PROBLEM TO SOLVE:
From the records below, find each line with the string "Tessellation" and copy it.

########################################

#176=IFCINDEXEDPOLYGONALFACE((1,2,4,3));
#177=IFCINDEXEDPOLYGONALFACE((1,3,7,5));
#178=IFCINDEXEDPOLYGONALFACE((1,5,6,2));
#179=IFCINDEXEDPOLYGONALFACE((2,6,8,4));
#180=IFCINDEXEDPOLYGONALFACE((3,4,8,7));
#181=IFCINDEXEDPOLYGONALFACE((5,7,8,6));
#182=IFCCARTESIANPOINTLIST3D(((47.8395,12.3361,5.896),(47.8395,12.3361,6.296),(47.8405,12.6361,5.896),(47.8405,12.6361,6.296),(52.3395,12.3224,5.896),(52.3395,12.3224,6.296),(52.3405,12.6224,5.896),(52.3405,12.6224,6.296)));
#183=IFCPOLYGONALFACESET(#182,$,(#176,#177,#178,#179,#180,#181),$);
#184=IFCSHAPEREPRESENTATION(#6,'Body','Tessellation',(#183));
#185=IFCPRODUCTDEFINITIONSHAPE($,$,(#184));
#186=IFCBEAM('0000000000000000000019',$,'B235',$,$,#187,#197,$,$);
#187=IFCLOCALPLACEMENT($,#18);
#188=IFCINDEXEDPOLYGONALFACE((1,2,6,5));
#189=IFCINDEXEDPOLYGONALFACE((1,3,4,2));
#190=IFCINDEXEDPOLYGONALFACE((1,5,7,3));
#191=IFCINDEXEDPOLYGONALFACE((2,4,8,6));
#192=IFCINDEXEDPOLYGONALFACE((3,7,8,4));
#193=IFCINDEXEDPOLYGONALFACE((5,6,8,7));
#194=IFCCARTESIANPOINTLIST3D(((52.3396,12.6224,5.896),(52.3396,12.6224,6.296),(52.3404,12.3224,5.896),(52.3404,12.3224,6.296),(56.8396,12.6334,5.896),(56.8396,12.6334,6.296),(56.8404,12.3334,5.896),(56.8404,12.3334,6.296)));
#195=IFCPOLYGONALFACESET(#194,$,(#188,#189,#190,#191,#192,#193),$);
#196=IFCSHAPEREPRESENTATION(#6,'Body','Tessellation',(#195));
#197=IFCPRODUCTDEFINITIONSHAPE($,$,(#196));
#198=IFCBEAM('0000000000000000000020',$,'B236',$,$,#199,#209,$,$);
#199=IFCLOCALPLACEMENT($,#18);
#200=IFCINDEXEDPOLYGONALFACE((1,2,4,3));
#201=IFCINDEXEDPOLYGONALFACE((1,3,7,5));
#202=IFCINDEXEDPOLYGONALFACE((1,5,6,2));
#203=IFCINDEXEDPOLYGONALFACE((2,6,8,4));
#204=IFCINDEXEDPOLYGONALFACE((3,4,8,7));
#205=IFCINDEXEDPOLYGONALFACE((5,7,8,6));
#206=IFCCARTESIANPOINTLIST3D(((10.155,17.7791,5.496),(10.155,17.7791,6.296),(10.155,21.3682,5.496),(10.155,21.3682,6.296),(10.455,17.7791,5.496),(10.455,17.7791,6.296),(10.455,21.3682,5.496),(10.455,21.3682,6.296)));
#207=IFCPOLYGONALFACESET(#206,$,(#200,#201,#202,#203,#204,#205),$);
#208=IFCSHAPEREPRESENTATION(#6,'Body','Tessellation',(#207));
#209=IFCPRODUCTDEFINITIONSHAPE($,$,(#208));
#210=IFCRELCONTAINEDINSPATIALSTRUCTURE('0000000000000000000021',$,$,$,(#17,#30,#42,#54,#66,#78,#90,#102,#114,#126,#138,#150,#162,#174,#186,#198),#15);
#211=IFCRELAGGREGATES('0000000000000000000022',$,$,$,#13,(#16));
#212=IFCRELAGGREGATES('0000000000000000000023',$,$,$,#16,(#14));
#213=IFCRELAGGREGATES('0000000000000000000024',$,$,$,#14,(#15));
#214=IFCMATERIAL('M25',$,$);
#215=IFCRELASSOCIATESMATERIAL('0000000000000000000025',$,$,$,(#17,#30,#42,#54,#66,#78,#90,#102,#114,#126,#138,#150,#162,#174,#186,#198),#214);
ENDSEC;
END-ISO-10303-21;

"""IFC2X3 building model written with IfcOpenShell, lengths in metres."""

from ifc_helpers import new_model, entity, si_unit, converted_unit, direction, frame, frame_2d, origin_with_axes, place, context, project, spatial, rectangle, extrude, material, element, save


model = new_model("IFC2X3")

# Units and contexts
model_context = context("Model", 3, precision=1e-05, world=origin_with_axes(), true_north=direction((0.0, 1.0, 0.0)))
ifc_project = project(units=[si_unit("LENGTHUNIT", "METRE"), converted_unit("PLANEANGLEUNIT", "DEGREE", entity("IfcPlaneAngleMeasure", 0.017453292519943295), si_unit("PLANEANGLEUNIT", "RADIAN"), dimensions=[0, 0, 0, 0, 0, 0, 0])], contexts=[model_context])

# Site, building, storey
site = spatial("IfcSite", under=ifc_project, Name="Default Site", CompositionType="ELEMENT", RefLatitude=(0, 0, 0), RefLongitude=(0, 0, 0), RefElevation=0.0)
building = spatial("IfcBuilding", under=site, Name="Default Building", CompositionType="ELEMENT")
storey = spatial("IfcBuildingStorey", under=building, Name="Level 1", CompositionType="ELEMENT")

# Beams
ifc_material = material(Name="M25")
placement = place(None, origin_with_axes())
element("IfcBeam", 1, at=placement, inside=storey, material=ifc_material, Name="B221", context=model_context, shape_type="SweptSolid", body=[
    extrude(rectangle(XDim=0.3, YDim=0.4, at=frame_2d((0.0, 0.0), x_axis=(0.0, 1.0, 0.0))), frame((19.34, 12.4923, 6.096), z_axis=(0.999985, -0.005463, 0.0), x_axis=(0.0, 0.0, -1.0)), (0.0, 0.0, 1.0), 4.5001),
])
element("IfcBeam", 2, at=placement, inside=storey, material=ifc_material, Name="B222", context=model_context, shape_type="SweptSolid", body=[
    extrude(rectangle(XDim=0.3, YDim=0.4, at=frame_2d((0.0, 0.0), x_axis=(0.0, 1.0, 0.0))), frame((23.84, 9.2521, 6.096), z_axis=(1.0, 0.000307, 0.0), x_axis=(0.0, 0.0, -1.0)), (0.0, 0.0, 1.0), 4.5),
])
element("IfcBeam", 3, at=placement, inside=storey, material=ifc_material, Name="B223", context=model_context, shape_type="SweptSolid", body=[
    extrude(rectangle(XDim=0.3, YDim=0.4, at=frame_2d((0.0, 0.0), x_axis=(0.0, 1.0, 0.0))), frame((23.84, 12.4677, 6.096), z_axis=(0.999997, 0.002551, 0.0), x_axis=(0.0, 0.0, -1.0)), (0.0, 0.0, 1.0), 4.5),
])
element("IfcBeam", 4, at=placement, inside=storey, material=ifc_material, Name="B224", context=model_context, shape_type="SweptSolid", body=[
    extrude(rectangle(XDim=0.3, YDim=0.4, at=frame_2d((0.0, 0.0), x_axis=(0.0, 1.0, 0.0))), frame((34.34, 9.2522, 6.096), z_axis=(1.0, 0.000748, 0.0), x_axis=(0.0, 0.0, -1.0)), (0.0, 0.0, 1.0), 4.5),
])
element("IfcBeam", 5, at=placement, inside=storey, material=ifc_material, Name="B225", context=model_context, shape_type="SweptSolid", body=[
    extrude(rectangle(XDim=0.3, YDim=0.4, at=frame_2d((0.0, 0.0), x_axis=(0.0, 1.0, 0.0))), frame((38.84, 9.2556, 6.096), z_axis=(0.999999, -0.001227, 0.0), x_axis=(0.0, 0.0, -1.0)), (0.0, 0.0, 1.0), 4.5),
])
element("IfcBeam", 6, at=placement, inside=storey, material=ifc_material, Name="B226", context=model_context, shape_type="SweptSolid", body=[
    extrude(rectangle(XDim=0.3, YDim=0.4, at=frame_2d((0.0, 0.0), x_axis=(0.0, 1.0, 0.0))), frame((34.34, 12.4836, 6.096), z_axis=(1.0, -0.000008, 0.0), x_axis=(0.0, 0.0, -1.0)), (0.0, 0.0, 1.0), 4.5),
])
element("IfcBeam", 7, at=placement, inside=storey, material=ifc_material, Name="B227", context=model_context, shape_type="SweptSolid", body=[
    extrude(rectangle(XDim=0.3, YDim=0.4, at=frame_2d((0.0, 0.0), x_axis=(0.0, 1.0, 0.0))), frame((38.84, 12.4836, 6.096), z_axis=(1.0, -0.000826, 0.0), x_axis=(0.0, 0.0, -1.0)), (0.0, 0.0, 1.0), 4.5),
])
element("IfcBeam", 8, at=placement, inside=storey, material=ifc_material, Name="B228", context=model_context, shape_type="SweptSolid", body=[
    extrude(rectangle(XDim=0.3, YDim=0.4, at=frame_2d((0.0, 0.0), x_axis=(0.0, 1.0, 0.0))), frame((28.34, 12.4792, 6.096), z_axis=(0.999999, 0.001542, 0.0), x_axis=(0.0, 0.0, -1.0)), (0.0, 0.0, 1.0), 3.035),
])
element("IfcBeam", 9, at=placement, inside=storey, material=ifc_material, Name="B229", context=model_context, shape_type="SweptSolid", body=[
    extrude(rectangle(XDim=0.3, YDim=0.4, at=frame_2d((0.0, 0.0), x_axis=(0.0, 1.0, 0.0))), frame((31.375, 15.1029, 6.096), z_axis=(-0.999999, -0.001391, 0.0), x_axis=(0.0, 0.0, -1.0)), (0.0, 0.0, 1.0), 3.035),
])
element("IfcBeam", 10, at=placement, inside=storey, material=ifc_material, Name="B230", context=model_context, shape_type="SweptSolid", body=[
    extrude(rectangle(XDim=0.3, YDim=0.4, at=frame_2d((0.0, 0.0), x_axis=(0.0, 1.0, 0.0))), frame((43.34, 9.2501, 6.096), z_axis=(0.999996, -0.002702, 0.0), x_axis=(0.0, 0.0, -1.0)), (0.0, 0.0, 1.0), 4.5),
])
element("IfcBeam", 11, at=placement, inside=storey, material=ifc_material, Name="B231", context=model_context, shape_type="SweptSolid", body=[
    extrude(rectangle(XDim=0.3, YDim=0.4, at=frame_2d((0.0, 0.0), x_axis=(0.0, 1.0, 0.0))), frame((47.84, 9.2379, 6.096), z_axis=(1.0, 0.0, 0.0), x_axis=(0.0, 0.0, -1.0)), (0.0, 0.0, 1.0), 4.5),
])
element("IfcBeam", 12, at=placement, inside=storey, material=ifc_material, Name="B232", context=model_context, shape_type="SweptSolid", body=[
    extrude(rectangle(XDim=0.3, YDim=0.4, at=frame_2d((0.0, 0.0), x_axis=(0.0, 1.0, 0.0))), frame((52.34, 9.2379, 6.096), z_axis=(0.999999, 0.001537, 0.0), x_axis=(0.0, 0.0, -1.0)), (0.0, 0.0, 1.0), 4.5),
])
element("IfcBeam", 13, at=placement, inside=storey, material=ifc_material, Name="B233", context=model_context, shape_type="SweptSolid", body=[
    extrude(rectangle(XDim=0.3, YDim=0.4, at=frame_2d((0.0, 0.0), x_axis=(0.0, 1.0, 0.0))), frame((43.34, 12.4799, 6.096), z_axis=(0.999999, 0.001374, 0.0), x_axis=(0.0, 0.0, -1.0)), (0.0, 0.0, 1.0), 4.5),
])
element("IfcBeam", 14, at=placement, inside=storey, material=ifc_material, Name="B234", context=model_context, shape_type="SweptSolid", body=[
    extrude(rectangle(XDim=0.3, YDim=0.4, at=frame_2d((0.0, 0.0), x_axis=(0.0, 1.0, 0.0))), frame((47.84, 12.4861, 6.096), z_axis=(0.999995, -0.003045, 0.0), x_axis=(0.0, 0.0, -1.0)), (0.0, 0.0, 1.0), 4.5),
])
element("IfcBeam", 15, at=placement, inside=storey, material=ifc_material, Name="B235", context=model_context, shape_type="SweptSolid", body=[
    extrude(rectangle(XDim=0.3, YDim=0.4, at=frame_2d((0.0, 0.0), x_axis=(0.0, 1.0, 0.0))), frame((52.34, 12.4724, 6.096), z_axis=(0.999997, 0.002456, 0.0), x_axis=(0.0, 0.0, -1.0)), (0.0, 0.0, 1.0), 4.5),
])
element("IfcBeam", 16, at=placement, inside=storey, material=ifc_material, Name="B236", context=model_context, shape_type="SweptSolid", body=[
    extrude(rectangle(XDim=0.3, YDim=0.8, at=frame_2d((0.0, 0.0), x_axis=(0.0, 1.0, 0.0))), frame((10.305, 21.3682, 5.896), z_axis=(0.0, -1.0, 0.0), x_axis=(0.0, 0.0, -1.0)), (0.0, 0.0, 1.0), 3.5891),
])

########################################

WRITTEN RESPONSE:
#184=IFCSHAPEREPRESENTATION(#6,'Body','Tessellation',(#183));
#196=IFCSHAPEREPRESENTATION(#6,'Body','Tessellation',(#195));
#208=IFCSHAPEREPRESENTATION(#6,'Body','Tessellation',(#207));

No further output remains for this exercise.